# What you have to do
From the data below, copy exactly the lines that lie between the one holding "#32=IFCMATERIAL('Generic',$,$);" and the one holding "END-ISO-10303-21;", including both, and nothing more.

Data excerpts:
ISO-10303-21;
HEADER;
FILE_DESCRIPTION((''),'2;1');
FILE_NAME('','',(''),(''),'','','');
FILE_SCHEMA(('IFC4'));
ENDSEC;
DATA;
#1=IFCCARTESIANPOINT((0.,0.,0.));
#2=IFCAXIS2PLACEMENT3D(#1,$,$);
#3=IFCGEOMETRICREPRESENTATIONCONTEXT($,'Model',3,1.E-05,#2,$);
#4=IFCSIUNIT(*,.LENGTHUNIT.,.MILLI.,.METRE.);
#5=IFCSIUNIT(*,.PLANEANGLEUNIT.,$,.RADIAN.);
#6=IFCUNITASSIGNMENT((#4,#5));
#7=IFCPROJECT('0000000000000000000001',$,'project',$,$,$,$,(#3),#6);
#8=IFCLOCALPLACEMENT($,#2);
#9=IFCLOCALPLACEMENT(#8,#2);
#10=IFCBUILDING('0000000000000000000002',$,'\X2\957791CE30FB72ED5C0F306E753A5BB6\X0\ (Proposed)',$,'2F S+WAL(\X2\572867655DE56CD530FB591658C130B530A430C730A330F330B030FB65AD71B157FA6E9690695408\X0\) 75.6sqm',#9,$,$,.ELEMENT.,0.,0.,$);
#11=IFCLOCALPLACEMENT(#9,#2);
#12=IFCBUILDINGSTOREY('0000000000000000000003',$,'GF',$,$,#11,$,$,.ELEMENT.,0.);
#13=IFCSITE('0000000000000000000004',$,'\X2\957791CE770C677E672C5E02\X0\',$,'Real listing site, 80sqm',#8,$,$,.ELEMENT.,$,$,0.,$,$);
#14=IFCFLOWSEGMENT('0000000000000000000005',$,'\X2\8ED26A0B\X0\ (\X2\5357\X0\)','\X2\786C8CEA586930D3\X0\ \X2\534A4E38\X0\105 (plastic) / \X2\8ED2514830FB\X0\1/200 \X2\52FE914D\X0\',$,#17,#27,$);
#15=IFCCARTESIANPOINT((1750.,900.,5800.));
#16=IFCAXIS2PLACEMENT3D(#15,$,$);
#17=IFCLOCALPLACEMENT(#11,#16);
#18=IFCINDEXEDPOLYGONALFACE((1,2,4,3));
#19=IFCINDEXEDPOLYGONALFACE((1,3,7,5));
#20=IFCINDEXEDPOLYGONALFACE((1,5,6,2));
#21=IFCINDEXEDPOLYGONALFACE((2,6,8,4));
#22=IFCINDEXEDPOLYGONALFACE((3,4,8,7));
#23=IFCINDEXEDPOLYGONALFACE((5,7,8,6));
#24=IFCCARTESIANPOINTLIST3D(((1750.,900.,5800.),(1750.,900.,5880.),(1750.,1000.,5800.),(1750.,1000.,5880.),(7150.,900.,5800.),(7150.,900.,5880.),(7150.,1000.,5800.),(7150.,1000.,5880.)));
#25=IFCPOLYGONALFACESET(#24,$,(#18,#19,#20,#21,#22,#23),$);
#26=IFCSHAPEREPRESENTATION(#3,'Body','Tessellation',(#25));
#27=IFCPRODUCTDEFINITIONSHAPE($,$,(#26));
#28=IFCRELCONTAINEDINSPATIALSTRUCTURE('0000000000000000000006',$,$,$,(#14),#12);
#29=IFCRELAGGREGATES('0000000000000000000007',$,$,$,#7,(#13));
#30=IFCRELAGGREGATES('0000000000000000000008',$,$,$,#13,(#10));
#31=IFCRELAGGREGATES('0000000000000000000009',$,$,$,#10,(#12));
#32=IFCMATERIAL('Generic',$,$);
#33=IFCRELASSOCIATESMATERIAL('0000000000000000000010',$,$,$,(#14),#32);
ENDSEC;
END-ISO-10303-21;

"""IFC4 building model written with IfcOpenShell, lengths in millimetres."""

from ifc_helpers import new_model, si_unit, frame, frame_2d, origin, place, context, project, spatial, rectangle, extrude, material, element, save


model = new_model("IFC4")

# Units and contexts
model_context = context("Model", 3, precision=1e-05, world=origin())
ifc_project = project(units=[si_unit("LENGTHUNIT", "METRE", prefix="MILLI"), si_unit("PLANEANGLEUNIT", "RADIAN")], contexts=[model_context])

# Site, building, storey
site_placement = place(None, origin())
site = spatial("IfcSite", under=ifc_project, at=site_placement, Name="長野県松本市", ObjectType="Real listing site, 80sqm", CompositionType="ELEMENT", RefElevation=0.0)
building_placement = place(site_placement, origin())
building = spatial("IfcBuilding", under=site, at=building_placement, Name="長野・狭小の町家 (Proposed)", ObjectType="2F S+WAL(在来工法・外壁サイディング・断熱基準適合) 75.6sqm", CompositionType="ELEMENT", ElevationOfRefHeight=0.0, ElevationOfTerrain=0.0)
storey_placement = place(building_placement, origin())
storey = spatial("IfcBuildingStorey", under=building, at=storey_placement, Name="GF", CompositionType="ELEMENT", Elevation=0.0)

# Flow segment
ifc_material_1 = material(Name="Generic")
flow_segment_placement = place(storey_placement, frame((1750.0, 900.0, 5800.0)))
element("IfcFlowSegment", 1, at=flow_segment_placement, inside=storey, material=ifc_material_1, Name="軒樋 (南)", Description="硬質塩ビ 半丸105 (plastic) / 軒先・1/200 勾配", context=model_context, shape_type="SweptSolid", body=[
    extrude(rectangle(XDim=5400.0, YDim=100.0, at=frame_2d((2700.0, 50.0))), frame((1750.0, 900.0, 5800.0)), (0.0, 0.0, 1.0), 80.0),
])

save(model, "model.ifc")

# Result of the task
#32=IFCMATERIAL('Generic',$,$);
#33=IFCRELASSOCIATESMATERIAL('0000000000000000000010',$,$,$,(#14),#32);
ENDSEC;
END-ISO-10303-21;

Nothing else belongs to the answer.